Stored items
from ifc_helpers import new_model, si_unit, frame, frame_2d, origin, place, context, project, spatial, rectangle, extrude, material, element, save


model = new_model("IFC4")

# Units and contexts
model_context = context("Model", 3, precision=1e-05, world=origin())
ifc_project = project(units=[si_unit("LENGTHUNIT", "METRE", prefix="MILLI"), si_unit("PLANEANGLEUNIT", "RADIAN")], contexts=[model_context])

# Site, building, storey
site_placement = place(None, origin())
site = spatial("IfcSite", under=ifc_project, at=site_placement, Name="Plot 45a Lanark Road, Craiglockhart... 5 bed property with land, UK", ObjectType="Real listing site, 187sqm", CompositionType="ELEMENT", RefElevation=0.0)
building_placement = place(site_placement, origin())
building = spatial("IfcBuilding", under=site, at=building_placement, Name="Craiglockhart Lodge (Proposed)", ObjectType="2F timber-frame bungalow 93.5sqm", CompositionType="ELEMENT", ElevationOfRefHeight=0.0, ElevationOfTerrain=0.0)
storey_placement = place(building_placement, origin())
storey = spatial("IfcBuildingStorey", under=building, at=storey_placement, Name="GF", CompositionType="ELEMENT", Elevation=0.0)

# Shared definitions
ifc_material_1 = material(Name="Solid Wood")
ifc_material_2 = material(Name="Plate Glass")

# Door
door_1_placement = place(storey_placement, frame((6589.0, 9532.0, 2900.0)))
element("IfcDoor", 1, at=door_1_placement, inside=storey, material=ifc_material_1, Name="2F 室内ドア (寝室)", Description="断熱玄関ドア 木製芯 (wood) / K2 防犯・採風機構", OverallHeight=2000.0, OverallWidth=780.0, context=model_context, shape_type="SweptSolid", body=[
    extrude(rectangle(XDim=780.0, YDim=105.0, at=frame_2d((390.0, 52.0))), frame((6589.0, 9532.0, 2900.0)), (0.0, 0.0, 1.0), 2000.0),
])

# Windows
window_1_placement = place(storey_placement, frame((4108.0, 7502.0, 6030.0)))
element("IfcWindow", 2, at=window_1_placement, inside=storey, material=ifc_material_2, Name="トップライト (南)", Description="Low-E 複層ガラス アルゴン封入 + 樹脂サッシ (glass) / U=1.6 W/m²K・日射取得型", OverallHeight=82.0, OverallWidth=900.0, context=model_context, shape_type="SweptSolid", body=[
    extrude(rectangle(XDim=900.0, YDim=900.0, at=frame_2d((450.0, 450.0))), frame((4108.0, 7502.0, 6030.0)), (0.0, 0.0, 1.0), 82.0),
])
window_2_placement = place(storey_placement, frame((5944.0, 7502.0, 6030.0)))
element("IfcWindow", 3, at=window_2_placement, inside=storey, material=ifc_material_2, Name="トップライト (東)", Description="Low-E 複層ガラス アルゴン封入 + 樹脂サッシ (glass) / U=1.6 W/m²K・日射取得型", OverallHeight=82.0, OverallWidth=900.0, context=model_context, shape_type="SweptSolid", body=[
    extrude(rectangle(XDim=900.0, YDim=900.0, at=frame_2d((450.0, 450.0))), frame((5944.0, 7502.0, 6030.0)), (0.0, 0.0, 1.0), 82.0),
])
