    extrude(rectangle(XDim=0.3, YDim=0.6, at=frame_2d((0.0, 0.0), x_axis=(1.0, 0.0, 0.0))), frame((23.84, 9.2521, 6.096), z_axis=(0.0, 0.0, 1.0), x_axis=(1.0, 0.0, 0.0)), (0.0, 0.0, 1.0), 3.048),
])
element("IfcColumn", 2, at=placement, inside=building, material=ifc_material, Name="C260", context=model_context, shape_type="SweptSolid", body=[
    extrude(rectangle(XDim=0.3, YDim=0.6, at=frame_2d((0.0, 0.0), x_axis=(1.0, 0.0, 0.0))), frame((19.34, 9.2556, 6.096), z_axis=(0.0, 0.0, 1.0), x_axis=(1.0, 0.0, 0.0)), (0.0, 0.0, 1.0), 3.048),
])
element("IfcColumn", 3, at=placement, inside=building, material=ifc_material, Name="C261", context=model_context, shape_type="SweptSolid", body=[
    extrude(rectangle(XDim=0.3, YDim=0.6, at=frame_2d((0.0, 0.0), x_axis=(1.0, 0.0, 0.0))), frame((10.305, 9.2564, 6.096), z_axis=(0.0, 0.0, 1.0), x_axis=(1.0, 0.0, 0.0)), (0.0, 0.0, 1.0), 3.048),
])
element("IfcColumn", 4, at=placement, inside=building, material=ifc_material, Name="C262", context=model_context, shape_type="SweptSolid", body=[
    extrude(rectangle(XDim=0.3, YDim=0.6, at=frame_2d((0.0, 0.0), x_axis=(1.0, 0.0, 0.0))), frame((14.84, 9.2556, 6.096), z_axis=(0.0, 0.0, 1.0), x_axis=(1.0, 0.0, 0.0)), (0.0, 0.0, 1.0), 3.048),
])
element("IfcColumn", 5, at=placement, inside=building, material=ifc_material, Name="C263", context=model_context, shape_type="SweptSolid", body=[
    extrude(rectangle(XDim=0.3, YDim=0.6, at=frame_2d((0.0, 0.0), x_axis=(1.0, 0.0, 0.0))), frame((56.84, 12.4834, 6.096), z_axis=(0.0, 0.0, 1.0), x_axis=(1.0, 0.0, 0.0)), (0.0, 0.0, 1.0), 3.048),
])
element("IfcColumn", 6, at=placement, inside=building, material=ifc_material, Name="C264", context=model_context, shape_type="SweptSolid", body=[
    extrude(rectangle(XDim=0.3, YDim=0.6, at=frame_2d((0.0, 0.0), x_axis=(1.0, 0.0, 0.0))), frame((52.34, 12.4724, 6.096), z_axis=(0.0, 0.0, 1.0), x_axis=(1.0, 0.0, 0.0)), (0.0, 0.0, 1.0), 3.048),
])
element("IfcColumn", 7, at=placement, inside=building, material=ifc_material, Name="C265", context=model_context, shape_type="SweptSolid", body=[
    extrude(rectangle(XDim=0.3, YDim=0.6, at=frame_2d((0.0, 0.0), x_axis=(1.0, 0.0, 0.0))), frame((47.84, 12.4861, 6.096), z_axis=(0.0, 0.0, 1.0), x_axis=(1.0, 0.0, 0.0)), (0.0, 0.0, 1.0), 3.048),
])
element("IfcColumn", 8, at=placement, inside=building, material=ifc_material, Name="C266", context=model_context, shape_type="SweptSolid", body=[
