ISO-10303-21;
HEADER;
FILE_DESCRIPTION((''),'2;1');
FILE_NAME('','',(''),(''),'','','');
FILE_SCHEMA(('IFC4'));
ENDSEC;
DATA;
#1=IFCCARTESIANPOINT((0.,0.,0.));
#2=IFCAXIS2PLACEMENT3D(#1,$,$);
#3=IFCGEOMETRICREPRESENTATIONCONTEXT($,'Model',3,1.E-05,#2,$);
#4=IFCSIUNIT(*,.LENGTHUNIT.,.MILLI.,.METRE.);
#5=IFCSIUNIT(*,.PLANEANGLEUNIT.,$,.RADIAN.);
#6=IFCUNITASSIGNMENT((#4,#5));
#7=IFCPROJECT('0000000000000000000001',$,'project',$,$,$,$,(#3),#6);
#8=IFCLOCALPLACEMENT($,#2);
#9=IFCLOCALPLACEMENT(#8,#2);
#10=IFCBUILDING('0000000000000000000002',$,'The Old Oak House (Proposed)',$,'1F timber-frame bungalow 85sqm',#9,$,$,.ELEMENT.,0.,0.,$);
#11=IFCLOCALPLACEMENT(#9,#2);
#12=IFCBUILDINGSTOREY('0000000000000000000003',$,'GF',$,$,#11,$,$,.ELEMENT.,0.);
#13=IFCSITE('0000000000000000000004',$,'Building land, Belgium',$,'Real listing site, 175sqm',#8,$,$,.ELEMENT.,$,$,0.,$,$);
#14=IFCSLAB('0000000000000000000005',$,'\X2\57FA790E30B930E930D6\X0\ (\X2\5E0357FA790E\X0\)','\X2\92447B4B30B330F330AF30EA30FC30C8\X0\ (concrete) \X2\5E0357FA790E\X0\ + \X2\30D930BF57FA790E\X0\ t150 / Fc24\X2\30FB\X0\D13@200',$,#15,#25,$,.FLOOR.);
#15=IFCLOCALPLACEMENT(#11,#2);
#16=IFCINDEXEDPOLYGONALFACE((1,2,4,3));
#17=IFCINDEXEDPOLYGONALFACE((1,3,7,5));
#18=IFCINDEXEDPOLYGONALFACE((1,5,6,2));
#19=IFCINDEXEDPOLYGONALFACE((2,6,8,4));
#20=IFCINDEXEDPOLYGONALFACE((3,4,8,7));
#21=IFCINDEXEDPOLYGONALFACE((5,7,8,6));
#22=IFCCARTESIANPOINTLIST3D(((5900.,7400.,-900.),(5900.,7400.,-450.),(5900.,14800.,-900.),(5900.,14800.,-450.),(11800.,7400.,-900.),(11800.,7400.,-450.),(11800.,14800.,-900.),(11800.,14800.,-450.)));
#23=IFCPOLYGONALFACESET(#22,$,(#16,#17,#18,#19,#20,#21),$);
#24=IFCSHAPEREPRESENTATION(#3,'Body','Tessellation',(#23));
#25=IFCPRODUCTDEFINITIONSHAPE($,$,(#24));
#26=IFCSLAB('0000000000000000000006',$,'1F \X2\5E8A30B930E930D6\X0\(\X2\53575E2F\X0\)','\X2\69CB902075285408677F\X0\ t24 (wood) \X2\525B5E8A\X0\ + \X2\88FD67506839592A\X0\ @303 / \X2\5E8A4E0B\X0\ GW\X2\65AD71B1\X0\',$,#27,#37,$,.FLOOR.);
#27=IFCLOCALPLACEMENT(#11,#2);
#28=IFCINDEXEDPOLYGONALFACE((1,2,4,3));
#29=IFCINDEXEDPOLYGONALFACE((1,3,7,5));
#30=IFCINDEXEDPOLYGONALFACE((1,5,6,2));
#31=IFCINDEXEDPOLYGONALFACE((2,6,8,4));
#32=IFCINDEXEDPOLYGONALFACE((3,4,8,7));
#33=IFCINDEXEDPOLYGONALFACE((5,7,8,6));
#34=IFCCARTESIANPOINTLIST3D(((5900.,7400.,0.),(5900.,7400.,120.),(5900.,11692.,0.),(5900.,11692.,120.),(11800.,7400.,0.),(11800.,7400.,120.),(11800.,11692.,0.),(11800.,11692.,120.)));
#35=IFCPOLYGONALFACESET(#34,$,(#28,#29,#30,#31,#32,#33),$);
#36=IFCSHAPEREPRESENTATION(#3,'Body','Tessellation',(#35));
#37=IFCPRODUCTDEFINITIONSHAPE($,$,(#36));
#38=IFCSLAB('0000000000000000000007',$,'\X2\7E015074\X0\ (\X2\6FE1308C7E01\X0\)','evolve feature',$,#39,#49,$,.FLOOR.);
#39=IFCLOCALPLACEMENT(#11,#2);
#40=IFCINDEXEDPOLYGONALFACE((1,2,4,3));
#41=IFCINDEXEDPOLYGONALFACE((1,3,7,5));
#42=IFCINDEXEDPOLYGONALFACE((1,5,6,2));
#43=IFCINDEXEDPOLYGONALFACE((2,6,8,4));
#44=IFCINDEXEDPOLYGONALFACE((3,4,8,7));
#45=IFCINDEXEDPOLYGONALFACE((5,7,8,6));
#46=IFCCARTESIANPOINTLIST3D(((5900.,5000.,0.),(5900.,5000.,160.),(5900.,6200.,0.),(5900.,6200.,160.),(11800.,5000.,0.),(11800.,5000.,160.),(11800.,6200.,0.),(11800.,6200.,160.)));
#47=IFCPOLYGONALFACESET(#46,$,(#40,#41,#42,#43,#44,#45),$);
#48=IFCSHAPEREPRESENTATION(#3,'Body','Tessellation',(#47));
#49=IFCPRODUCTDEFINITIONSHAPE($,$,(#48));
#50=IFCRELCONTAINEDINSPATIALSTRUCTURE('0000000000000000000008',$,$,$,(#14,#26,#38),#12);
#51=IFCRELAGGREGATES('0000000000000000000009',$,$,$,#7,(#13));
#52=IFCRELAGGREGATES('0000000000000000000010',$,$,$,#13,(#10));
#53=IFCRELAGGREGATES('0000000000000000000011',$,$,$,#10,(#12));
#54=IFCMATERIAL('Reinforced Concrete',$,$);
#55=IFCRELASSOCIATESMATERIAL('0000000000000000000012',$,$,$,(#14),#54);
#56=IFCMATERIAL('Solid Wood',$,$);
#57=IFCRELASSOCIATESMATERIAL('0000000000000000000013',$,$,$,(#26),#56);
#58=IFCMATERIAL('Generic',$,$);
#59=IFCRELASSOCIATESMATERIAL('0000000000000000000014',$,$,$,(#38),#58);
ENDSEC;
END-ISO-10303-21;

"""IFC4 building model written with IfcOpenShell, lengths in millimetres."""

from ifc_helpers import new_model, si_unit, frame, frame_2d, origin, place, context, project, spatial, rectangle, extrude, material, element, save


model = new_model("IFC4")

# Units and contexts
model_context = context("Model", 3, precision=1e-05, world=origin())
ifc_project = project(units=[si_unit("LENGTHUNIT", "METRE", prefix="MILLI"), si_unit("PLANEANGLEUNIT", "RADIAN")], contexts=[model_context])

# Site, building, storey
site_placement = place(None, origin())
site = spatial("IfcSite", under=ifc_project, at=site_placement, Name="Building land, Belgium", ObjectType="Real listing site, 175sqm", CompositionType="ELEMENT", RefElevation=0.0)
building_placement = place(site_placement, origin())
building = spatial("IfcBuilding", under=site, at=building_placement, Name="The Old Oak House (Proposed)", ObjectType="1F timber-frame bungalow 85sqm", CompositionType="ELEMENT", ElevationOfRefHeight=0.0, ElevationOfTerrain=0.0)
storey_placement = place(building_placement, origin())
storey = spatial("IfcBuildingStorey", under=building, at=storey_placement, Name="GF", CompositionType="ELEMENT", Elevation=0.0)

# Slabs
ifc_material_1 = material(Name="Reinforced Concrete")
slab_1_placement = place(storey_placement, frame((2950.0, 3700.0, -450.0)))
element("IfcSlab", 1, at=slab_1_placement, inside=storey, material=ifc_material_1, Name="基礎スラブ (布基礎)", Description="鉄筋コンクリート (concrete) 布基礎 + ベタ基礎 t150 / Fc24・D13@200", PredefinedType="FLOOR", context=model_context, shape_type="SweptSolid", body=[
    extrude(rectangle(XDim=5900.0, YDim=7400.0, at=frame_2d((2950.0, 3700.0))), frame((2950.0, 3700.0, -450.0)), (0.0, 0.0, 1.0), 450.0),
])
ifc_material_2 = material(Name="Solid Wood")
slab_2_placement = place(storey_placement, frame((2950.0, 3700.0, 0.0)))
element("IfcSlab", 2, at=slab_2_placement, inside=storey, material=ifc_material_2, Name="1F 床スラブ(南帯)", Description="構造用合板 t24 (wood) 剛床 + 製材根太 @303 / 床下 GW断熱", PredefinedType="FLOOR", context=model_context, shape_type="SweptSolid", body=[
    extrude(rectangle(XDim=5900.0, YDim=4292.0, at=frame_2d((2950.0, 2146.0))), frame((2950.0, 3700.0, 0.0)), (0.0, 0.0, 1.0), 120.0),
])
ifc_material_3 = material(Name="Generic")
slab_3_placement = place(storey_placement, frame((2950.0, 2500.0, 0.0)))
element("IfcSlab", 3, at=slab_3_placement, inside=storey, material=ifc_material_3, Name="縁側 (濡れ縁)", Description="evolve feature", PredefinedType="FLOOR", context=model_context, shape_type="SweptSolid", body=[
    extrude(rectangle(XDim=5900.0, YDim=1200.0, at=frame_2d((2950.0, 600.0))), frame((2950.0, 2500.0, 0.0)), (0.0, 0.0, 1.0), 160.0),
])

save(model, "model.ifc")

» PROBLEM TO WORK ON
All lines in the data above from the one with "#16=IFCINDEXEDPOLYGONALFACE((1,2,4,3));" through the one with "#32=IFCINDEXEDPOLYGONALFACE((3,4,8,7));" must be repeated exactly, and no others.

» EXPECTED OUTPUT
#16=IFCINDEXEDPOLYGONALFACE((1,2,4,3));
#17=IFCINDEXEDPOLYGONALFACE((1,3,7,5));
#18=IFCINDEXEDPOLYGONALFACE((1,5,6,2));
#19=IFCINDEXEDPOLYGONALFACE((2,6,8,4));
#20=IFCINDEXEDPOLYGONALFACE((3,4,8,7));
#21=IFCINDEXEDPOLYGONALFACE((5,7,8,6));
#22=IFCCARTESIANPOINTLIST3D(((5900.,7400.,-900.),(5900.,7400.,-450.),(5900.,14800.,-900.),(5900.,14800.,-450.),(11800.,7400.,-900.),(11800.,7400.,-450.),(11800.,14800.,-900.),(11800.,14800.,-450.)));
#23=IFCPOLYGONALFACESET(#22,$,(#16,#17,#18,#19,#20,#21),$);
#24=IFCSHAPEREPRESENTATION(#3,'Body','Tessellation',(#23));
#25=IFCPRODUCTDEFINITIONSHAPE($,$,(#24));
#26=IFCSLAB('0000000000000000000006',$,'1F \X2\5E8A30B930E930D6\X0\(\X2\53575E2F\X0\)','\X2\69CB902075285408677F\X0\ t24 (wood) \X2\525B5E8A\X0\ + \X2\88FD67506839592A\X0\ @303 / \X2\5E8A4E0B\X0\ GW\X2\65AD71B1\X0\',$,#27,#37,$,.FLOOR.);
#27=IFCLOCALPLACEMENT(#11,#2);
#28=IFCINDEXEDPOLYGONALFACE((1,2,4,3));
#29=IFCINDEXEDPOLYGONALFACE((1,3,7,5));
#30=IFCINDEXEDPOLYGONALFACE((1,5,6,2));
#31=IFCINDEXEDPOLYGONALFACE((2,6,8,4));
#32=IFCINDEXEDPOLYGONALFACE((3,4,8,7));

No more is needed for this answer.